To successfully manage water quality within integrated river basin management, it is necessary to conduct impact assessments and model different scenarios of the impacts on waters to implement appropriate additional “tailor-made” river basin measures, as well as appropriate monitoring that includes appropriate monitoring of sediment regime and appropriate hydromorphological monitoring. In the analysis of the risk of not achieving good water status and objectives of environmental protection of the river basin, it is important to include the hydrological regime and sediment regime more intensively, hydromorphology, and the realization of ecosystem services within the integrated water management [
17].
Sediment samples should be collected at a frequency corresponding to the expected sediment changes.

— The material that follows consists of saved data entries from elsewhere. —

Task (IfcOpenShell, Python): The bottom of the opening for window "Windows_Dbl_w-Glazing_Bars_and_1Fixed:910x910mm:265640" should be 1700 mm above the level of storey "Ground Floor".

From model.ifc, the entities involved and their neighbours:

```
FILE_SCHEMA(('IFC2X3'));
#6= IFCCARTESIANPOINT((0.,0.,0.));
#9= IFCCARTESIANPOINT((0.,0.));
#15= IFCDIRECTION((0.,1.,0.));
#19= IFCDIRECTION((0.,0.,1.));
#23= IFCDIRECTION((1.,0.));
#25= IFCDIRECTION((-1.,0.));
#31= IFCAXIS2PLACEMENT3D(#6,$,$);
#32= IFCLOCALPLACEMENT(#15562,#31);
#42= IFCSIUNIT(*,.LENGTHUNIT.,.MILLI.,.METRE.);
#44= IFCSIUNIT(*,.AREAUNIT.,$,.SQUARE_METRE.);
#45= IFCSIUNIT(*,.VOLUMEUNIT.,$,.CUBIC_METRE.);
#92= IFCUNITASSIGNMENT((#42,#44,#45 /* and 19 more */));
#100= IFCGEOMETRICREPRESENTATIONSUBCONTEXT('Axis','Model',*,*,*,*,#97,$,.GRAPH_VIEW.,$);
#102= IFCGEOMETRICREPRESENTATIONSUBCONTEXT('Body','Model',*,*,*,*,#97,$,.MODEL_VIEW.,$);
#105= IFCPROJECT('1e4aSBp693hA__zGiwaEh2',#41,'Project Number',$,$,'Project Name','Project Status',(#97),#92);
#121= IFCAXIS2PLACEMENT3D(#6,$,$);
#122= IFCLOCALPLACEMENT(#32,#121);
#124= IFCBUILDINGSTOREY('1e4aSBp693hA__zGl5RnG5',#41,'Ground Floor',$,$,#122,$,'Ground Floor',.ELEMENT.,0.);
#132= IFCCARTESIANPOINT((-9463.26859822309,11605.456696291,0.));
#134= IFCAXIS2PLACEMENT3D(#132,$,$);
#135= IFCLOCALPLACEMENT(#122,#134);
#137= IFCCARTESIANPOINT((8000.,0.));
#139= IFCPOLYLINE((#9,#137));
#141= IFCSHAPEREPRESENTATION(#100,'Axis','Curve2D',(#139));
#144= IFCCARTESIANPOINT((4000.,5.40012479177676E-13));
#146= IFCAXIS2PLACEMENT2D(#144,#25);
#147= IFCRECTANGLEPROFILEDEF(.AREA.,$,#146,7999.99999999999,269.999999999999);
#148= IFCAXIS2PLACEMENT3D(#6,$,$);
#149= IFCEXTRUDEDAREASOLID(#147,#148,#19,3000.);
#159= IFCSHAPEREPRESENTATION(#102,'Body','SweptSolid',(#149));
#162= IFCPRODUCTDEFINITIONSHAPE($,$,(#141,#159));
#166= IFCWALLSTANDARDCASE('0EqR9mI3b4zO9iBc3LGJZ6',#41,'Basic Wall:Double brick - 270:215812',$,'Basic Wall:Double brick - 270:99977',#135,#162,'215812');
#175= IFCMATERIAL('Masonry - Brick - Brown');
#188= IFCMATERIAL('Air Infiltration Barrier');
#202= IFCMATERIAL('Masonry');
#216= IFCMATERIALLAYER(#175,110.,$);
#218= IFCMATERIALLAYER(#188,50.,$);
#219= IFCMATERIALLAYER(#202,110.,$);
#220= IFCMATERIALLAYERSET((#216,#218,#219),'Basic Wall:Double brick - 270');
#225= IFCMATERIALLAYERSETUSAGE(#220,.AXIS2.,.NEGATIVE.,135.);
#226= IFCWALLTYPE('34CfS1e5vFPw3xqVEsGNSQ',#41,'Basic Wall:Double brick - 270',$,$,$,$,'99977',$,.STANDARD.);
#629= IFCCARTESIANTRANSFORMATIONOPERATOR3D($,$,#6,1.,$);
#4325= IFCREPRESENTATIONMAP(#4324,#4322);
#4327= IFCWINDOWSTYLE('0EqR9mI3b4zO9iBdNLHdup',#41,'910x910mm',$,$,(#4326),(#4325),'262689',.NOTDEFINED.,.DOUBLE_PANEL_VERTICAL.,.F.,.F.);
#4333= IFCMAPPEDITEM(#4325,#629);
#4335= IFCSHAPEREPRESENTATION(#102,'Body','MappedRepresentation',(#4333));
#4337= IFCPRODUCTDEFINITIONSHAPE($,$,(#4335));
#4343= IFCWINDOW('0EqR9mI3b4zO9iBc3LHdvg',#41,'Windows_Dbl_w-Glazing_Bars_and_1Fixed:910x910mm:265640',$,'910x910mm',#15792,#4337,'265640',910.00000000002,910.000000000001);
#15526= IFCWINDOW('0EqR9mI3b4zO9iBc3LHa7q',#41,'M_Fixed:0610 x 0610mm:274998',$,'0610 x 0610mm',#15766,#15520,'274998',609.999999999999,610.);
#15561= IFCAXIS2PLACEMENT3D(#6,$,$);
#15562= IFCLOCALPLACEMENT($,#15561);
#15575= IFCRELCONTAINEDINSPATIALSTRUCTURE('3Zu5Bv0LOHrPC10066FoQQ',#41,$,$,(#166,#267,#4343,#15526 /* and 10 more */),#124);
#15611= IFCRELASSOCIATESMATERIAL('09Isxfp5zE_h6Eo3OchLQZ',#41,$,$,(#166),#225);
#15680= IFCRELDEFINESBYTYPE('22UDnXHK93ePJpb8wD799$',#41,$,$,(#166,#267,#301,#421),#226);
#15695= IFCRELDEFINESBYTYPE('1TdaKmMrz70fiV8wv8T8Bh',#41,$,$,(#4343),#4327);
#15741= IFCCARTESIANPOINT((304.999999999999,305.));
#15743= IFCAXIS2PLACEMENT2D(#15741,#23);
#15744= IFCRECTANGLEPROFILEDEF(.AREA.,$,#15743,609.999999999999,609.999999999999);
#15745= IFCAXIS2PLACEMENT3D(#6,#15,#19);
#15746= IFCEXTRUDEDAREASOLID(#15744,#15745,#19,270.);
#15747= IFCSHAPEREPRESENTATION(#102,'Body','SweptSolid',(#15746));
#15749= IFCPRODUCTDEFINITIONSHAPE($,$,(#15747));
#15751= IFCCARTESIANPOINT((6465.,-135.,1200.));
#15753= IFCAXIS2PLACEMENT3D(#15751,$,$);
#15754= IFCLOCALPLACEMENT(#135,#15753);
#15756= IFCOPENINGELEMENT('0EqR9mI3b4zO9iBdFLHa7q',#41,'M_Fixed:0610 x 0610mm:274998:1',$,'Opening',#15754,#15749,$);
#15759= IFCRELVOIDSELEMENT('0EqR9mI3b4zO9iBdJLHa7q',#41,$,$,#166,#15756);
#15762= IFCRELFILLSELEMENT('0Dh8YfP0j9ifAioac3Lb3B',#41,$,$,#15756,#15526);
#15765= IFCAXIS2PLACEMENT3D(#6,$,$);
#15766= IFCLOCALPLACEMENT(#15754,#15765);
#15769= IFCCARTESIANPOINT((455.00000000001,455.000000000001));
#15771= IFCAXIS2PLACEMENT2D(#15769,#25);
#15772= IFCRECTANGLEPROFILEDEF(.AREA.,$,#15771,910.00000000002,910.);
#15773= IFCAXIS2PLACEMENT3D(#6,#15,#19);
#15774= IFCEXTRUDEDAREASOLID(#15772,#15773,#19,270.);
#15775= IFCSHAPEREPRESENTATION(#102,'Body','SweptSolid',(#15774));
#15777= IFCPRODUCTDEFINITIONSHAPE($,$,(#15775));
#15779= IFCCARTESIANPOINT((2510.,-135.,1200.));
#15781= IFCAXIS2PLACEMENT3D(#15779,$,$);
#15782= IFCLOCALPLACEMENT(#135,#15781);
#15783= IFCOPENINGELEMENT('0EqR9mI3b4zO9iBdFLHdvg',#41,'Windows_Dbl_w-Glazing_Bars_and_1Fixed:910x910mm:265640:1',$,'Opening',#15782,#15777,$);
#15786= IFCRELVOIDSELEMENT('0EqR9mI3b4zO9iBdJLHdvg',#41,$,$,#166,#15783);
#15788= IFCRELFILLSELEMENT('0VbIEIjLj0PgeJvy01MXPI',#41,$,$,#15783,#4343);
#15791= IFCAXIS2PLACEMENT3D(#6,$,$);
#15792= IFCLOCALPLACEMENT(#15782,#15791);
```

```python
import numpy as np
import ifcopenshell
import ifcopenshell.api.geometry
import ifcopenshell.geom
import ifcopenshell.util.element
import ifcopenshell.util.placement
import ifcopenshell.util.shape
import ifcopenshell.util.unit

model = ifcopenshell.open("model.ifc")
unit_scale = ifcopenshell.util.unit.calculate_unit_scale(model)

window = model.by_guid("0EqR9mI3b4zO9iBc3LHdvg")
opening = window.FillsVoids[0].RelatingOpeningElement
storey = ifcopenshell.util.element.get_container(window, ifc_class="IfcBuildingStorey")
level = ifcopenshell.util.placement.get_local_placement(storey.ObjectPlacement)[2, 3]

# The opening's origin need not be at the sill, so measure its lowest point.
shape = ifcopenshell.geom.create_shape(ifcopenshell.geom.settings(), opening)
bottom = ifcopenshell.util.shape.get_shape_bottom_elevation(shape, shape.geometry) / unit_scale
dz = level + 1.7 / unit_scale - bottom

shift = np.array([0.0, 0.0, dz])
# The window is placed relative to its opening, so it follows when the opening moves.
matrix = ifcopenshell.util.placement.get_local_placement(opening.ObjectPlacement)
matrix[:3, 3] += shift
ifcopenshell.api.geometry.edit_object_placement(
    model, product=opening, matrix=matrix, is_si=False, should_transform_children=True
)

print(f"moved by {dz * unit_scale:+.3f} m")

model.write("model_updated.ifc")
```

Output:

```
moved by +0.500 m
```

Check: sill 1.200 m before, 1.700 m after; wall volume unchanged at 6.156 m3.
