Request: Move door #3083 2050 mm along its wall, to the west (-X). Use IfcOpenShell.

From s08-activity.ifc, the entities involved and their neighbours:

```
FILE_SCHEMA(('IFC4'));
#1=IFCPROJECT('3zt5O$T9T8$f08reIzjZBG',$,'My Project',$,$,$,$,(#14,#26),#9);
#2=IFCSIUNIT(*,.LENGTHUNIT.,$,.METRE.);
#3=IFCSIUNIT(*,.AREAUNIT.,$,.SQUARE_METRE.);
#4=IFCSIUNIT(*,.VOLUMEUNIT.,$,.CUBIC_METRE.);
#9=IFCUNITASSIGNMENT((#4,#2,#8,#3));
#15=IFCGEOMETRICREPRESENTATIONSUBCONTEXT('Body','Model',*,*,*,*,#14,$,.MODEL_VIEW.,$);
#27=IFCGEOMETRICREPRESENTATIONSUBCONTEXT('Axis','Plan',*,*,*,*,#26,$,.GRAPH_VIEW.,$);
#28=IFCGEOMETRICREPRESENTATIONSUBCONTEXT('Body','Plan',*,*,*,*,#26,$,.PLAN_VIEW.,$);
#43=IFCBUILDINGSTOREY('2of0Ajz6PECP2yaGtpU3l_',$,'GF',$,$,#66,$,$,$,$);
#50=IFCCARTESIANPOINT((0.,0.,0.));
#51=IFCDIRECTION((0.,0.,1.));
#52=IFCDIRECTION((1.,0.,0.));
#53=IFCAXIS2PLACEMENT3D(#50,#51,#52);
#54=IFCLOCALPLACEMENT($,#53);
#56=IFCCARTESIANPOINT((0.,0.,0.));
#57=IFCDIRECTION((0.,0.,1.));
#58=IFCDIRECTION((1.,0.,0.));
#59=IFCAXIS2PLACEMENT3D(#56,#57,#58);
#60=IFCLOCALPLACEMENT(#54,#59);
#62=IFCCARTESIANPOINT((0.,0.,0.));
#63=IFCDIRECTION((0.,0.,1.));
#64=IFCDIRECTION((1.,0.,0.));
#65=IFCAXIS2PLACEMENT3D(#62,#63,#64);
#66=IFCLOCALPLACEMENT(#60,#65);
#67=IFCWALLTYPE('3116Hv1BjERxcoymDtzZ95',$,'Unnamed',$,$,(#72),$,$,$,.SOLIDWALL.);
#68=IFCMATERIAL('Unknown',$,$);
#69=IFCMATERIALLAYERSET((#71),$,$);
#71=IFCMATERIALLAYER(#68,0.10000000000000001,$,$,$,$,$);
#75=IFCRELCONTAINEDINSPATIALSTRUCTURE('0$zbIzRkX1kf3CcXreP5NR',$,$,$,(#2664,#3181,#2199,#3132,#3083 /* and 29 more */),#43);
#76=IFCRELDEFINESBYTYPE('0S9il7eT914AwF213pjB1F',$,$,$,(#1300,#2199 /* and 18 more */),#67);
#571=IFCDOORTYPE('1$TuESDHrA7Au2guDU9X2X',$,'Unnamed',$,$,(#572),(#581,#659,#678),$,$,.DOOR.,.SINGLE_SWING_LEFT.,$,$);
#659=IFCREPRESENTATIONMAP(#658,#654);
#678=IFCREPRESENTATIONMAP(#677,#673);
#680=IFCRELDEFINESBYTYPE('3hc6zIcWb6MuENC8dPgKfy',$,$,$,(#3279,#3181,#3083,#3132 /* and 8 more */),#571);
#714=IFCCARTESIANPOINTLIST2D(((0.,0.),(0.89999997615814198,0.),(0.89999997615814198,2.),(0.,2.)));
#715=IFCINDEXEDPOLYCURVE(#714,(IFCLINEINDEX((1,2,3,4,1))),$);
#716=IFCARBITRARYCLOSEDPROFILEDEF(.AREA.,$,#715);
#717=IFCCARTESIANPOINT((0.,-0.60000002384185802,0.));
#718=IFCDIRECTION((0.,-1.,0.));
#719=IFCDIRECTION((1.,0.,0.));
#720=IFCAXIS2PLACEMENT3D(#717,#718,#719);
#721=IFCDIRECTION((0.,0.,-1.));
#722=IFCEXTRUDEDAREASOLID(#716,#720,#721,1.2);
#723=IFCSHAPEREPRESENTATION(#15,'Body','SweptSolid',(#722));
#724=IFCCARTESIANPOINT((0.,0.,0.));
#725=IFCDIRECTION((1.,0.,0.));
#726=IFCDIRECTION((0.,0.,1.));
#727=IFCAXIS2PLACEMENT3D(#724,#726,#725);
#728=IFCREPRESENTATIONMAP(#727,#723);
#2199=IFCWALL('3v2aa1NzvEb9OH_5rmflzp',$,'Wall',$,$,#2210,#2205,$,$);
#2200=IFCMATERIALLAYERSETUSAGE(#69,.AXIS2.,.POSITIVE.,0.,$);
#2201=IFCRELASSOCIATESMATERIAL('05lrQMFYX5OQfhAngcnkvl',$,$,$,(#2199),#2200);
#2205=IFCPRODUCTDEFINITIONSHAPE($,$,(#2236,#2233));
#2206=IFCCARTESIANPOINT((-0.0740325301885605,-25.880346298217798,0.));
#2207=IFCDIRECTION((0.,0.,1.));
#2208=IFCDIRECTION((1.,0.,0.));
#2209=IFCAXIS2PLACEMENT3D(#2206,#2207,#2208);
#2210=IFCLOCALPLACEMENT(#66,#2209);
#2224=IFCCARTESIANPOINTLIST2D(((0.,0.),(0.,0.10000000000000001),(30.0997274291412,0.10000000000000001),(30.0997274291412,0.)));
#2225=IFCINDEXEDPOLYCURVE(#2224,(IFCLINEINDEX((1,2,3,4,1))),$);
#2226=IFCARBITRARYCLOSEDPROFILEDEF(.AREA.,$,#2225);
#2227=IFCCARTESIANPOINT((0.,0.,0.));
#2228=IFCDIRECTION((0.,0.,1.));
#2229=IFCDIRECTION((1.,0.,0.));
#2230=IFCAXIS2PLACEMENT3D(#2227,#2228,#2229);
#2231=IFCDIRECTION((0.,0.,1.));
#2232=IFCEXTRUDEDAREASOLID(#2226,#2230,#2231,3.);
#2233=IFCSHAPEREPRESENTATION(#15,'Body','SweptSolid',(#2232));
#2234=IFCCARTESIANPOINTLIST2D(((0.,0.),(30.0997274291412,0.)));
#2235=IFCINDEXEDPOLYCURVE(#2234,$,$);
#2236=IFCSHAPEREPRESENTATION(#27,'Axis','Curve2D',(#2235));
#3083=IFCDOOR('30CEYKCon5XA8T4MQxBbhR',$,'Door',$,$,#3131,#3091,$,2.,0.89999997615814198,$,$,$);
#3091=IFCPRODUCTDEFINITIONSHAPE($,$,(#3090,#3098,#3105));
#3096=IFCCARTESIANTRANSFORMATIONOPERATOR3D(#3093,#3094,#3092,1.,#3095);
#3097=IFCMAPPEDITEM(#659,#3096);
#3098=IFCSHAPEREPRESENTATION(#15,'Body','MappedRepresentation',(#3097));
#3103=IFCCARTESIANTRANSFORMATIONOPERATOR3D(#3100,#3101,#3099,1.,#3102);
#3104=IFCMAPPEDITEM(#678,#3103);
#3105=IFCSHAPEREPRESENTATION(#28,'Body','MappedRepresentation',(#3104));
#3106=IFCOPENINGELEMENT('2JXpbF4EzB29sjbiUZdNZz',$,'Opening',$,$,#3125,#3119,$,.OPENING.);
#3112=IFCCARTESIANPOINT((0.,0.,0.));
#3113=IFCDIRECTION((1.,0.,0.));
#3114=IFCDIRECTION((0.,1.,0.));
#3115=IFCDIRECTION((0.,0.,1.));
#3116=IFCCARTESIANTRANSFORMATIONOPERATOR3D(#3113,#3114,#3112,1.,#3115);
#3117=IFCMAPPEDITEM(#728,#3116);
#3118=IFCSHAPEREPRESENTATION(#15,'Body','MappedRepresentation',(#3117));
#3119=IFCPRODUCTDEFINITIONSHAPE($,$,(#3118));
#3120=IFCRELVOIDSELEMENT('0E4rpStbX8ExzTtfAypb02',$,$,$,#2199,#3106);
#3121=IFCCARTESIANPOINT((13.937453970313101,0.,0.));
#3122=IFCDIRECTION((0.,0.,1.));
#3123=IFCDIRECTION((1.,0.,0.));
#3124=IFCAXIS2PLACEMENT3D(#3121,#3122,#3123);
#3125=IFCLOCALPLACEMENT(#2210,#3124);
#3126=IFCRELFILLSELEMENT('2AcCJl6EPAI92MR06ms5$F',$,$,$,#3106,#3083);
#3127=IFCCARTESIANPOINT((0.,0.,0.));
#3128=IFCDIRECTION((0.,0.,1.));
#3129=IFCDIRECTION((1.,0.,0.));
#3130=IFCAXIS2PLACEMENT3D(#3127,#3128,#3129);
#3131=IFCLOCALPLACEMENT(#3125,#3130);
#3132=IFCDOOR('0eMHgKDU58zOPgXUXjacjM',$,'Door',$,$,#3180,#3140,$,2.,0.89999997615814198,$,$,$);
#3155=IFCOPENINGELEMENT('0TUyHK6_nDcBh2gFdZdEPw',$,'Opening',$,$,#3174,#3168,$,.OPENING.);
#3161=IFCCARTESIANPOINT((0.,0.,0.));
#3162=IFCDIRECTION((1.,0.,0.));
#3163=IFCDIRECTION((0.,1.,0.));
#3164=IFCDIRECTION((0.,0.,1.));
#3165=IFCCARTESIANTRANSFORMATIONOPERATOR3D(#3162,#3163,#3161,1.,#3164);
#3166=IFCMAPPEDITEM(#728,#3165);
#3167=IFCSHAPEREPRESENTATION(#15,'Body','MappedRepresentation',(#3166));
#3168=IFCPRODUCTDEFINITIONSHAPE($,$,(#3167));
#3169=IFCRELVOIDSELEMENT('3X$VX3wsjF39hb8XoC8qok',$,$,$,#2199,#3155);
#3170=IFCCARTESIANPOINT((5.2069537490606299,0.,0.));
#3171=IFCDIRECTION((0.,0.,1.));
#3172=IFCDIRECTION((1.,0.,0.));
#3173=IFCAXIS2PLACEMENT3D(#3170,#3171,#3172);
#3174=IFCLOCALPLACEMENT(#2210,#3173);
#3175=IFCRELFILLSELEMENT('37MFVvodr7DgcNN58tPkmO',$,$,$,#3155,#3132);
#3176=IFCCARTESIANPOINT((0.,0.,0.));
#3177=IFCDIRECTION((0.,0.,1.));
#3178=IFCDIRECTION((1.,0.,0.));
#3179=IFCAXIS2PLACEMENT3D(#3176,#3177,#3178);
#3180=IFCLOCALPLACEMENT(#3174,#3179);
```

```python
import ifcopenshell
import ifcopenshell.api.geometry
import ifcopenshell.util.placement
import ifcopenshell.util.unit

model = ifcopenshell.open("s08-activity.ifc")
unit_scale = ifcopenshell.util.unit.calculate_unit_scale(model)

door = model.by_guid("30CEYKCon5XA8T4MQxBbhR")
opening = door.FillsVoids[0].RelatingOpeningElement
wall = opening.VoidsElements[0].RelatingBuildingElement

wall_matrix = ifcopenshell.util.placement.get_local_placement(wall.ObjectPlacement)
shift = wall_matrix[:3, 0] * -2.05 / unit_scale
before = ifcopenshell.util.placement.get_local_placement(door.ObjectPlacement)[:3, 3].copy()

# The door is placed relative to its opening, so it follows when the opening moves.
matrix = ifcopenshell.util.placement.get_local_placement(opening.ObjectPlacement)
matrix[:3, 3] += shift
ifcopenshell.api.geometry.edit_object_placement(
    model, product=opening, matrix=matrix, is_si=False, should_transform_children=True
)

after = ifcopenshell.util.placement.get_local_placement(door.ObjectPlacement)[:3, 3]
print("door moved by", (after - before).round(3) + 0.0)

model.write("s08-activity_edited.ifc")
```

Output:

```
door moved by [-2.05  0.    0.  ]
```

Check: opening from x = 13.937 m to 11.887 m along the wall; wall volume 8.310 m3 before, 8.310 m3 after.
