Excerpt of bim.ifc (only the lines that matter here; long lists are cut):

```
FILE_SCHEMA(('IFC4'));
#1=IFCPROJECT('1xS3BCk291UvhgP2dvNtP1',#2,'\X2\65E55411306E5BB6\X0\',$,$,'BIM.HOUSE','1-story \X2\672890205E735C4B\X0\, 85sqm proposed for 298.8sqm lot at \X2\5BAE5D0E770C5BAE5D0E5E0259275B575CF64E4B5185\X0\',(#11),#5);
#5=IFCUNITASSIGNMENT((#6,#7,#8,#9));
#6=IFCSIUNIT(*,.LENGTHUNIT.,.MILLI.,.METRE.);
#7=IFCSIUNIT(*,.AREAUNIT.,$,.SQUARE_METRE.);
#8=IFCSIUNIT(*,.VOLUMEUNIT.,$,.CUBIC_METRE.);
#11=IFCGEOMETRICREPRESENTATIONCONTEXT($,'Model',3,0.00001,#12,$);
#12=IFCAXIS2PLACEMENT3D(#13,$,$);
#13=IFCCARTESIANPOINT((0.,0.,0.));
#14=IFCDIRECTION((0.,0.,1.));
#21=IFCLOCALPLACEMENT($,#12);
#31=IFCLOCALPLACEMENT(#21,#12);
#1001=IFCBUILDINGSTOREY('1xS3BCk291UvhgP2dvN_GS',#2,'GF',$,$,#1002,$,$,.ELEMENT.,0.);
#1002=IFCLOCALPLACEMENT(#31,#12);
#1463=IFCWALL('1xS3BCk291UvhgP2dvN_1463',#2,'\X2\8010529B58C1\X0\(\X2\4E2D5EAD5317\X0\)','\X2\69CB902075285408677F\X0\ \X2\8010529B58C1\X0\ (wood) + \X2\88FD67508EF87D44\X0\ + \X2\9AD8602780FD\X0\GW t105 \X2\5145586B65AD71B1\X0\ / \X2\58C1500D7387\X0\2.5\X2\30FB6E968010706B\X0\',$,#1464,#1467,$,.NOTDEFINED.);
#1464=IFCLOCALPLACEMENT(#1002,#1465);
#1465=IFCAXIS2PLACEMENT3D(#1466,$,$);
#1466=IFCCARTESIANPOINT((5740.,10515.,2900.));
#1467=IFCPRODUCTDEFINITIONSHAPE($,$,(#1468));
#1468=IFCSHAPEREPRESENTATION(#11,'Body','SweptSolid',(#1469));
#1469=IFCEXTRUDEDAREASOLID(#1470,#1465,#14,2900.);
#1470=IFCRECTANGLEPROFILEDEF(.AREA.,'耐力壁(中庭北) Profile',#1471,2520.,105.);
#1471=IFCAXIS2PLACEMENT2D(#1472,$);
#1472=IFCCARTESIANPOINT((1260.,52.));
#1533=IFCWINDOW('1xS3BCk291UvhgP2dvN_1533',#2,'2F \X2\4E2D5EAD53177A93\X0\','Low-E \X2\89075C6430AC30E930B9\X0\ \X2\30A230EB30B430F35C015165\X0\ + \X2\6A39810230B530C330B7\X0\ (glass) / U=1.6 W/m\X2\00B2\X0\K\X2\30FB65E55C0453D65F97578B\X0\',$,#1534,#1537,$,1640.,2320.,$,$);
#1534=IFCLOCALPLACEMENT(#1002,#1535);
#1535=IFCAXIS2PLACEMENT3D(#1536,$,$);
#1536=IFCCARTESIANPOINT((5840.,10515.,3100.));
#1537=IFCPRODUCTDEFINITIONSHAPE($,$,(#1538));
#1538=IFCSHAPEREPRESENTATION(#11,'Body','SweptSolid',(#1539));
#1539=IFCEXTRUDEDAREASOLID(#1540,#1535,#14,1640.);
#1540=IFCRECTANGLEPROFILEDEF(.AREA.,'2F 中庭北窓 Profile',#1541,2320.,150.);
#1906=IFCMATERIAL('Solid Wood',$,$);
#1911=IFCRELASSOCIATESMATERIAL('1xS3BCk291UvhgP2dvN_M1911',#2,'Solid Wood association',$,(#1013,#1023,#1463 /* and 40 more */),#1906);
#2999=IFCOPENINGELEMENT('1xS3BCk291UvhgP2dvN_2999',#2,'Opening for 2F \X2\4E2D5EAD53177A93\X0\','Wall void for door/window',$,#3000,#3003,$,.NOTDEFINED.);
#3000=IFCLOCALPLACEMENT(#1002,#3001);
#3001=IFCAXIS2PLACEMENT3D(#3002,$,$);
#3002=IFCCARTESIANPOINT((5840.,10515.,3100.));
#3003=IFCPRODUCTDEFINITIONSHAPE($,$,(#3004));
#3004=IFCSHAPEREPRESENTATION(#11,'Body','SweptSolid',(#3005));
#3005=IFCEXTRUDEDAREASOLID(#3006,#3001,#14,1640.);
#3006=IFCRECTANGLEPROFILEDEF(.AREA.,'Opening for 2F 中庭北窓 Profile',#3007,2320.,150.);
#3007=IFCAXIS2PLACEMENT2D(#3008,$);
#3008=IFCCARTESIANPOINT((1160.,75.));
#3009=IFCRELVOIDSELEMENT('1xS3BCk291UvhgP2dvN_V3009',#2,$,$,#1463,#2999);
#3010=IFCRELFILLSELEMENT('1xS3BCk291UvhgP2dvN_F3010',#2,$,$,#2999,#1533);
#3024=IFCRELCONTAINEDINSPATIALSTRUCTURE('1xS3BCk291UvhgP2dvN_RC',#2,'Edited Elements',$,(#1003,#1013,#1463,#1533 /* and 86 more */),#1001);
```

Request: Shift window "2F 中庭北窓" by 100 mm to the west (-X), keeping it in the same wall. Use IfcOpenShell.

```python
import ifcopenshell
import ifcopenshell.api.geometry
import ifcopenshell.util.placement
import ifcopenshell.util.unit

model = ifcopenshell.open("bim.ifc")
unit_scale = ifcopenshell.util.unit.calculate_unit_scale(model)

window = model.by_guid("1xS3BCk291UvhgP2dvN_1533")
opening = window.FillsVoids[0].RelatingOpeningElement
wall = opening.VoidsElements[0].RelatingBuildingElement

wall_matrix = ifcopenshell.util.placement.get_local_placement(wall.ObjectPlacement)
shift = wall_matrix[:3, 0] * -0.1 / unit_scale
before = ifcopenshell.util.placement.get_local_placement(window.ObjectPlacement)[:3, 3].copy()

# The window is not placed relative to its opening, so move both.
for product in (opening, window):
    matrix = ifcopenshell.util.placement.get_local_placement(product.ObjectPlacement)
    matrix[:3, 3] += shift
    ifcopenshell.api.geometry.edit_object_placement(model, product=product, matrix=matrix, is_si=False)

after = ifcopenshell.util.placement.get_local_placement(window.ObjectPlacement)[:3, 3]
print("window moved by", (after - before).round(3) + 0.0)

model.write("bim_updated.ifc")
```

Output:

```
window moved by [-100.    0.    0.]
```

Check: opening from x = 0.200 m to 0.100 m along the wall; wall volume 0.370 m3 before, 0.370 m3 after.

This indicates the need to improve the surveillance monitoring of the Sutla River by including sediment and biota, which are less affected by rapid changes in water quality and subject to random or systematic/seasonal changes [
1]. It should be emphasized that healthy ecosystems, which are able to provide ecosystem services, should have, in addition to the appropriate water quality for the appropriate type of watercourse, adequate sediment transport and morphodynamics. The concept of integrated river basin management includes a holistic approach that includes application in all aspects of the assessment of water and sediment regime. The management of the rural transboundary river basins, such as the Sutla River Basin, is a particular challenge, even in cases where both countries (Croatia and Slovenia) are members of the EU and implement WFD requirements.